Re: Replication master+slave

2009-05-13 Thread Bryan Talbot

I think the patch I included earlier covers solr core, but it looks  
like at least some other extensions (DIH) create and use their own XML  
parser.  So, if this functionality is to extend to all XML files,  
those will need similar patches.


Here's one for DIH:

--- src/main/java/org/apache/solr/handler/dataimport/ 
DataImporter.java  (revision 774137)
+++ src/main/java/org/apache/solr/handler/dataimport/ 
DataImporter.java  (working copy)

@@ -148,8 +148,10 @@
   void loadDataConfig(String configFile) {

 try {
-  DocumentBuilder builder = DocumentBuilderFactory.newInstance()
-  .newDocumentBuilder();
+  DocumentBuilderFactory dbf =  
DocumentBuilderFactory.newInstance();

+  dbf.setNamespaceAware(true);
+  dbf.setXIncludeAware(true);
+  DocumentBuilder builder = dbf.newDocumentBuilder();
   Document document = builder.parse(new InputSource(new  
StringReader(

   configFile)));



The only down side I can see to this is it doesn't offer very  
expressive conditional inclusion: the file is included if it's present  
otherwise fallback inclusions can be used.  It's also specific to XML  
files and obviously won't work for other types of configuration  
files.  However, it is simple and effective.



-Bryan




On May 13, 2009, at May 13, 6:36 PM, Otis Gospodnetic wrote:



Coincidentally, from http://www.cloudera.com/blog/2009/05/07/what%E2%80%99s-new-in-hadoop-core-020/ 
 :


Hadoop configuration files now support XInclude elements for  
including portions of another configuration file (HADOOP-4944).
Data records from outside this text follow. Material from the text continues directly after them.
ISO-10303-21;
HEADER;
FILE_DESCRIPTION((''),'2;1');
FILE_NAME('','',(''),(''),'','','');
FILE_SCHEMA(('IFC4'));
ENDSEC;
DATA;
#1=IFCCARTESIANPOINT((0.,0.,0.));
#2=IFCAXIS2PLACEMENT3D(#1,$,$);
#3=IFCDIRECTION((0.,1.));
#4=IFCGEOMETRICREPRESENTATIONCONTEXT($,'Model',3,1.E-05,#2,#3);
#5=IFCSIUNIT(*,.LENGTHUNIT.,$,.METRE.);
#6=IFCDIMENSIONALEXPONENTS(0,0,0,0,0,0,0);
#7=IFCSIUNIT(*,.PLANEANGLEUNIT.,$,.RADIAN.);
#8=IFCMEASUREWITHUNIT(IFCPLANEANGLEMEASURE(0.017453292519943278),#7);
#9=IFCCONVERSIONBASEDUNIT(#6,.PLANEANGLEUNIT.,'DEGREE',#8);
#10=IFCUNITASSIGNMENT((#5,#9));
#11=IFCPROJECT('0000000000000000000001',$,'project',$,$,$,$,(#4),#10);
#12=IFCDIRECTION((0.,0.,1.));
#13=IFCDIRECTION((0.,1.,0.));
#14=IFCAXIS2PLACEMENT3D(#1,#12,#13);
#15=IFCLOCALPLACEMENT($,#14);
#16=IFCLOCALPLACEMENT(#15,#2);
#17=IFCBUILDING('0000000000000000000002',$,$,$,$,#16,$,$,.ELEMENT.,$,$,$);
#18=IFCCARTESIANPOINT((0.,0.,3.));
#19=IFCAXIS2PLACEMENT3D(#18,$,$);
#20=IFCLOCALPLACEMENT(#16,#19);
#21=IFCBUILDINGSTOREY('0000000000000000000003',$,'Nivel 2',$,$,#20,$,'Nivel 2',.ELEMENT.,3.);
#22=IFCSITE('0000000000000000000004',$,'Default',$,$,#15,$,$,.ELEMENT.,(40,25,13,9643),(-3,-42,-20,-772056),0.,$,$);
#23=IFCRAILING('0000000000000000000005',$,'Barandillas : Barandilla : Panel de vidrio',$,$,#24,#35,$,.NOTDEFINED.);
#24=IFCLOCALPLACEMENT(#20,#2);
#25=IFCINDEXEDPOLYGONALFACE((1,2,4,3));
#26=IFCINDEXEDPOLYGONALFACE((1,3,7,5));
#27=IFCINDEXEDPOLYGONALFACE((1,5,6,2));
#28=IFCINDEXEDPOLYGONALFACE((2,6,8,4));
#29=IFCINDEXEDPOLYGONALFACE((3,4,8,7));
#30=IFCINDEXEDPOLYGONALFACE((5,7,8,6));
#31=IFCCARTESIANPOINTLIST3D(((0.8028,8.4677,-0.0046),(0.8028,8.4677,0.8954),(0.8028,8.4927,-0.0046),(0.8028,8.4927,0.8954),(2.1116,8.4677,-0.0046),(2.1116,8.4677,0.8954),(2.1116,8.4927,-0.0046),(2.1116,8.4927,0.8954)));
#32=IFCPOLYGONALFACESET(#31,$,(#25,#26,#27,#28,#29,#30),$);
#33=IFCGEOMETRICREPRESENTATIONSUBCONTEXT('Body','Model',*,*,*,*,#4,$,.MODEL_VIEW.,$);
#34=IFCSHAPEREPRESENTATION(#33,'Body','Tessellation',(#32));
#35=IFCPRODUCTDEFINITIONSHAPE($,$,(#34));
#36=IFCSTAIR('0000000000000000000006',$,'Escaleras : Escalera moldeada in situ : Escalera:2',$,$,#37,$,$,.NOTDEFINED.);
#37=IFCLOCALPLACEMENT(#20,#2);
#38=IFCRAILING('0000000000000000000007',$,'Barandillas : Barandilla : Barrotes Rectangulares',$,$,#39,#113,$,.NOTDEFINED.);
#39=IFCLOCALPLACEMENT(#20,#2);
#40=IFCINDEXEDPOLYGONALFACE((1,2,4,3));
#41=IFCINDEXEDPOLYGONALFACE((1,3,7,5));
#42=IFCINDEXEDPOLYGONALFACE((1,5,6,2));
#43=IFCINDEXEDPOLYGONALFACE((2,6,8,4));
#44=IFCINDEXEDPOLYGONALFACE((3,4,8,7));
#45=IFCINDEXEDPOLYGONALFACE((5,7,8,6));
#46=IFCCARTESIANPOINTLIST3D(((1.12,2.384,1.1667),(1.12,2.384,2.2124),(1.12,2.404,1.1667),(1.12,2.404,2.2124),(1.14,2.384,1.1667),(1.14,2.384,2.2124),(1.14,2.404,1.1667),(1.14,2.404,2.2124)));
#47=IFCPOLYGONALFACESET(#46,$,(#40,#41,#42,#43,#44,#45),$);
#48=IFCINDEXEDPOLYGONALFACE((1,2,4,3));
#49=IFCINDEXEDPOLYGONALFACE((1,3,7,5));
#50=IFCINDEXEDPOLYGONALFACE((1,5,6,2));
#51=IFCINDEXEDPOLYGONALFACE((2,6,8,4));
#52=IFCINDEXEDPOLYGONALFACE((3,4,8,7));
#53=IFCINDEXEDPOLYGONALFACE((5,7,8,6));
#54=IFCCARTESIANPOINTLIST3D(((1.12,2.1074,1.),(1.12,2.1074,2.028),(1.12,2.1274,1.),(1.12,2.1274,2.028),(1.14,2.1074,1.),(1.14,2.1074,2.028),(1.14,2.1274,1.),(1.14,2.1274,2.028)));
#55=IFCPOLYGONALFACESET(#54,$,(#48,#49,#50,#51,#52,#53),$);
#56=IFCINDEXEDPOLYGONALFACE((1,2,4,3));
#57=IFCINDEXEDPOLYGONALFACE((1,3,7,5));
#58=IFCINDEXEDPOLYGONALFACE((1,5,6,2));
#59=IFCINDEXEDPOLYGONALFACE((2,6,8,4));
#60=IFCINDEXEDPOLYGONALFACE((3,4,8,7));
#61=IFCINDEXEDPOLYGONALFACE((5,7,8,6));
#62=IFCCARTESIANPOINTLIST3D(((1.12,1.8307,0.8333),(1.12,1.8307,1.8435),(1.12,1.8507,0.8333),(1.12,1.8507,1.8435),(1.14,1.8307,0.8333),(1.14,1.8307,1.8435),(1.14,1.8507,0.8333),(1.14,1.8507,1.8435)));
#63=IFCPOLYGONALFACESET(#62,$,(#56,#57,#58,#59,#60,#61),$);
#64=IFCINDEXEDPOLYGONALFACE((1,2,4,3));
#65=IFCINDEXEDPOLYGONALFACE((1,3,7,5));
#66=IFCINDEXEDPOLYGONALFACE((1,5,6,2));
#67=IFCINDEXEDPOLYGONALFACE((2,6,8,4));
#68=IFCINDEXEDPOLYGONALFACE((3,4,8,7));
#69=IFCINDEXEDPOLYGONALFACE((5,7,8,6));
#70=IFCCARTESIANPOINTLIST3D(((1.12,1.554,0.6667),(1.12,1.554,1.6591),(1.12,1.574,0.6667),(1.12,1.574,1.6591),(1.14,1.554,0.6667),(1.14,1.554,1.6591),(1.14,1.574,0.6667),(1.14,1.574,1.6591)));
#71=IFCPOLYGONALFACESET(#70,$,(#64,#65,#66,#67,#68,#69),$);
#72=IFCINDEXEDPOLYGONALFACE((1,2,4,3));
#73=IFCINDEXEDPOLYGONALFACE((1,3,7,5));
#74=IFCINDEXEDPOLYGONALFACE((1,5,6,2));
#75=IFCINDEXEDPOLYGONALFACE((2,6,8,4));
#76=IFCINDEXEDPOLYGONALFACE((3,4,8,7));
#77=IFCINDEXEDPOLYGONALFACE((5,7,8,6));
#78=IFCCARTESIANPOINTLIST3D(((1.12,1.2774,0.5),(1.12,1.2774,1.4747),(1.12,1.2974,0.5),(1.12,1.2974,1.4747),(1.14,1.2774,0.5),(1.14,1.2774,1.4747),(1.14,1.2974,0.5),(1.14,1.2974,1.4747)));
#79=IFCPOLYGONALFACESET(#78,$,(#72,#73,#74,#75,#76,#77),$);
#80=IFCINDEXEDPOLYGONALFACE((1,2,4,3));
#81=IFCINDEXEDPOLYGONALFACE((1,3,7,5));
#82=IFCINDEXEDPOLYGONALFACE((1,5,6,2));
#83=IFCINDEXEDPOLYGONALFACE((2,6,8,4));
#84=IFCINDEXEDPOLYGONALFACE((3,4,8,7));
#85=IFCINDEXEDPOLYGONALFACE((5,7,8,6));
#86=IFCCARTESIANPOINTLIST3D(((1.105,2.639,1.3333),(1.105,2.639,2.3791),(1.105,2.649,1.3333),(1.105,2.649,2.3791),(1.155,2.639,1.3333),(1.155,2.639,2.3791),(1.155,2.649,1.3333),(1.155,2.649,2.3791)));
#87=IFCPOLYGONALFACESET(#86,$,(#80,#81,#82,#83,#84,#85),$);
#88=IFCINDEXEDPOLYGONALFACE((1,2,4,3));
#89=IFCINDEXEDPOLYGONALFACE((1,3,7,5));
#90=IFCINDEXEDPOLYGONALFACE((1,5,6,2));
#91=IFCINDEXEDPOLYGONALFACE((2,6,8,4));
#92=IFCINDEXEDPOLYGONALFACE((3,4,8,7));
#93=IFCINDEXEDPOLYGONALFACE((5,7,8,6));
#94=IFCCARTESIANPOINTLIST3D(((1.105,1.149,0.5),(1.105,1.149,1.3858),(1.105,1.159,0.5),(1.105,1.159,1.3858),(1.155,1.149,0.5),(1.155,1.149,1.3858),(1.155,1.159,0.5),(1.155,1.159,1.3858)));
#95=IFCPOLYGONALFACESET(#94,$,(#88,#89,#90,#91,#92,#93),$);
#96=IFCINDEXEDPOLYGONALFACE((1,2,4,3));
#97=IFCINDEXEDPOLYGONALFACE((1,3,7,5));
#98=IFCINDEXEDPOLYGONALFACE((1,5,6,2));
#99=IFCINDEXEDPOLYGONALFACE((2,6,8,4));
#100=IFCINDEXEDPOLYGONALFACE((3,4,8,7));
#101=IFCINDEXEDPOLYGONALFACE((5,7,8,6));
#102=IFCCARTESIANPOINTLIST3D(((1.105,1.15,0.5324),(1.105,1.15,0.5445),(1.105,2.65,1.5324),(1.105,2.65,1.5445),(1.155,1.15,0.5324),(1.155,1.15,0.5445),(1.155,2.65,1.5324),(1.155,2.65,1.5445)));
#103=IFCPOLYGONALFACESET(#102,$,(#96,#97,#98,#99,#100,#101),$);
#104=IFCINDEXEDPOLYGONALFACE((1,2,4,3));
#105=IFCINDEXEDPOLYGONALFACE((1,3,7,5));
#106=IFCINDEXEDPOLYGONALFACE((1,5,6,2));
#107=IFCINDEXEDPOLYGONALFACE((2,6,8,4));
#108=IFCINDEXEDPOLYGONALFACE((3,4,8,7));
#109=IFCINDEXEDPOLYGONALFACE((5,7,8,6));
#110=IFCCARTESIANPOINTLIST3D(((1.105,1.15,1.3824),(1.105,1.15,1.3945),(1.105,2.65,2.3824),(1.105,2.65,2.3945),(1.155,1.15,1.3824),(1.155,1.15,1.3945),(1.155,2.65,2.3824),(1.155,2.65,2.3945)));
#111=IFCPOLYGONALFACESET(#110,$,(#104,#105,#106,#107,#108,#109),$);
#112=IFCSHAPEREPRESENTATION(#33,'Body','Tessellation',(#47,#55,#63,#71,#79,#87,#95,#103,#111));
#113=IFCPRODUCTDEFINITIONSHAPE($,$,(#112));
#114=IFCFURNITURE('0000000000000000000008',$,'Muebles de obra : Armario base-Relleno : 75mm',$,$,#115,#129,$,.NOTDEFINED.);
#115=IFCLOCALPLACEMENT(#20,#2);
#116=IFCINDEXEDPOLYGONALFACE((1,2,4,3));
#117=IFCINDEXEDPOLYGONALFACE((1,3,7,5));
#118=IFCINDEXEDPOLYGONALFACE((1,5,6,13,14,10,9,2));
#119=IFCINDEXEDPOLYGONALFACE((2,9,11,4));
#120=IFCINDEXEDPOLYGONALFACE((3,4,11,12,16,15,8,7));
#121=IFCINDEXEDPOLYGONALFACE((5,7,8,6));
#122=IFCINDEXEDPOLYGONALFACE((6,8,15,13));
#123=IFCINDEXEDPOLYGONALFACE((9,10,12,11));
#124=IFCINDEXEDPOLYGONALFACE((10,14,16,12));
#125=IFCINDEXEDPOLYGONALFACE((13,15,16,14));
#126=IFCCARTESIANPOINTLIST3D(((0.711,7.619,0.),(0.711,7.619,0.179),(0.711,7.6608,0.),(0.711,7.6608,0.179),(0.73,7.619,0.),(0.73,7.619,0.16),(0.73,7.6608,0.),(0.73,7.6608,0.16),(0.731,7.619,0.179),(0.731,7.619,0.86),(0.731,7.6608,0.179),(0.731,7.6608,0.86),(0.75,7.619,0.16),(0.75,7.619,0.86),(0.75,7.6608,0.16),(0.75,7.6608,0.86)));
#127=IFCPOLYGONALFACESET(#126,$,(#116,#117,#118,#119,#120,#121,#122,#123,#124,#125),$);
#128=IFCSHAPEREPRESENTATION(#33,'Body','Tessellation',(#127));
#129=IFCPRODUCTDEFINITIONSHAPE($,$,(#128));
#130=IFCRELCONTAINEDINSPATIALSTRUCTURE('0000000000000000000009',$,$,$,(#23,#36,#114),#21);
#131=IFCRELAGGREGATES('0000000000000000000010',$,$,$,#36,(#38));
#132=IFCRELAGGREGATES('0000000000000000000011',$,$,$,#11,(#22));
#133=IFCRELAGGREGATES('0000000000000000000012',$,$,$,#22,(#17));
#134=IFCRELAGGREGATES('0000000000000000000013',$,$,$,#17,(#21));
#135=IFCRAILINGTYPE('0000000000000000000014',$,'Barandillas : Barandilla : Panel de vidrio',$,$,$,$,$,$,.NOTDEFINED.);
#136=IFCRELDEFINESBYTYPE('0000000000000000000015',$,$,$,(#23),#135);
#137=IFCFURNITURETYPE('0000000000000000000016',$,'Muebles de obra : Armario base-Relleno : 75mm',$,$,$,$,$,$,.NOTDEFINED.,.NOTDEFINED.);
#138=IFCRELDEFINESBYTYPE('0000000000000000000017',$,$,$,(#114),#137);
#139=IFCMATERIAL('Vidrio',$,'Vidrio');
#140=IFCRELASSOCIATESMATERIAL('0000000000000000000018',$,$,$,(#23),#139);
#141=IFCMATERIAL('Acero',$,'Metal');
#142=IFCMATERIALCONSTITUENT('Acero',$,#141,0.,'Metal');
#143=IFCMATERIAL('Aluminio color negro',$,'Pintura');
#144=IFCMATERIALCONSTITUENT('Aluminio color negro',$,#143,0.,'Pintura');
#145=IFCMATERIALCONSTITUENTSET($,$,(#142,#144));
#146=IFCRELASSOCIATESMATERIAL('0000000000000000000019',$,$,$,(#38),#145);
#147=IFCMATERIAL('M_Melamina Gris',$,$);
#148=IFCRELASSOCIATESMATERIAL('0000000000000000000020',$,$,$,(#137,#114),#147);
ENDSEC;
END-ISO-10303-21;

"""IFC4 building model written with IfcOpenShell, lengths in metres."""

from ifc_helpers import new_model, entity, si_unit, converted_unit, direction, frame, origin, place, context, subcontext, project, spatial, indexed_curve, outline, extrude, source, transform, mapped, material, constituent, constituent_set, type_object, type_shapes, element, aggregate, save


model = new_model("IFC4")

# Units and contexts
model_context = context("Model", 3, precision=1e-05, world=origin(), true_north=direction((0.0, 1.0)))
body_context = subcontext(model_context, "Body", "Model", "MODEL_VIEW")
ifc_project = project(units=[si_unit("LENGTHUNIT", "METRE"), converted_unit("PLANEANGLEUNIT", "DEGREE", entity("IfcPlaneAngleMeasure", 0.017453292519943278), si_unit("PLANEANGLEUNIT", "RADIAN"), dimensions=[0, 0, 0, 0, 0, 0, 0])], contexts=[model_context])

# Site, building, storey
site_placement = place(None, frame((0.0, 0.0, 0.0), z_axis=(0.0, 0.0, 1.0), x_axis=(0.0, 1.0, 0.0)))
site = spatial("IfcSite", under=ifc_project, at=site_placement, Name="Default", CompositionType="ELEMENT", RefLatitude=(40, 25, 13, 9643), RefLongitude=(-3, -42, -20, -772056), RefElevation=0.0)
building_placement = place(site_placement, origin())
building = spatial("IfcBuilding", under=site, at=building_placement, CompositionType="ELEMENT")
storey_placement = place(building_placement, frame((0.0, 0.0, 3.0)))
storey = spatial("IfcBuildingStorey", under=building, at=storey_placement, Name="Nivel 2", LongName="Nivel 2", CompositionType="ELEMENT", Elevation=3.0)

# Shared definitions
ifc_material_1 = material(Name="Vidrio", Category="Vidrio")

# Railing
railing_type = type_object("IfcRailingType", Name="Barandillas : Barandilla : Panel de vidrio", PredefinedType="NOTDEFINED")
railing_1_placement = place(storey_placement, origin())
element("IfcRailing", 1, at=railing_1_placement, inside=storey, type_object=railing_type, material=ifc_material_1, Name="Barandillas : Barandilla : Panel de vidrio", PredefinedType="NOTDEFINED", context=body_context, shape_type="SweptSolid", body=[
    extrude(outline(indexed_curve([(-0.6544, -0.0125), (0.6544, -0.0125), (0.6544, 0.0125), (-0.6544, 0.0125), (-0.6544, -0.0125)], self_intersect=False)), frame((1.4572, 8.4802, -0.0046)), (0.0, 0.0, 1.0), 0.9),
])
This  
mechanism allows you to make configuration files more modular and  
reusable.


So others are doing it, too.

Otis
--
Sematext -- http://sematext.com/ -- Lucene - Solr - Nutch



- Original Message 

From: Bryan Talbot btal...@aeriagames.com
To: solr-user@lucene.apache.org
Sent: Wednesday, May 13, 2009 11:26:41 AM
Subject: Re: Replication master+slave

I see that Nobel's final comment in SOLR-1154 is that config files  
need to be
able to include snippets from external files.  In my limited  
testing, a simple

patch to enable XInclude support seems to work.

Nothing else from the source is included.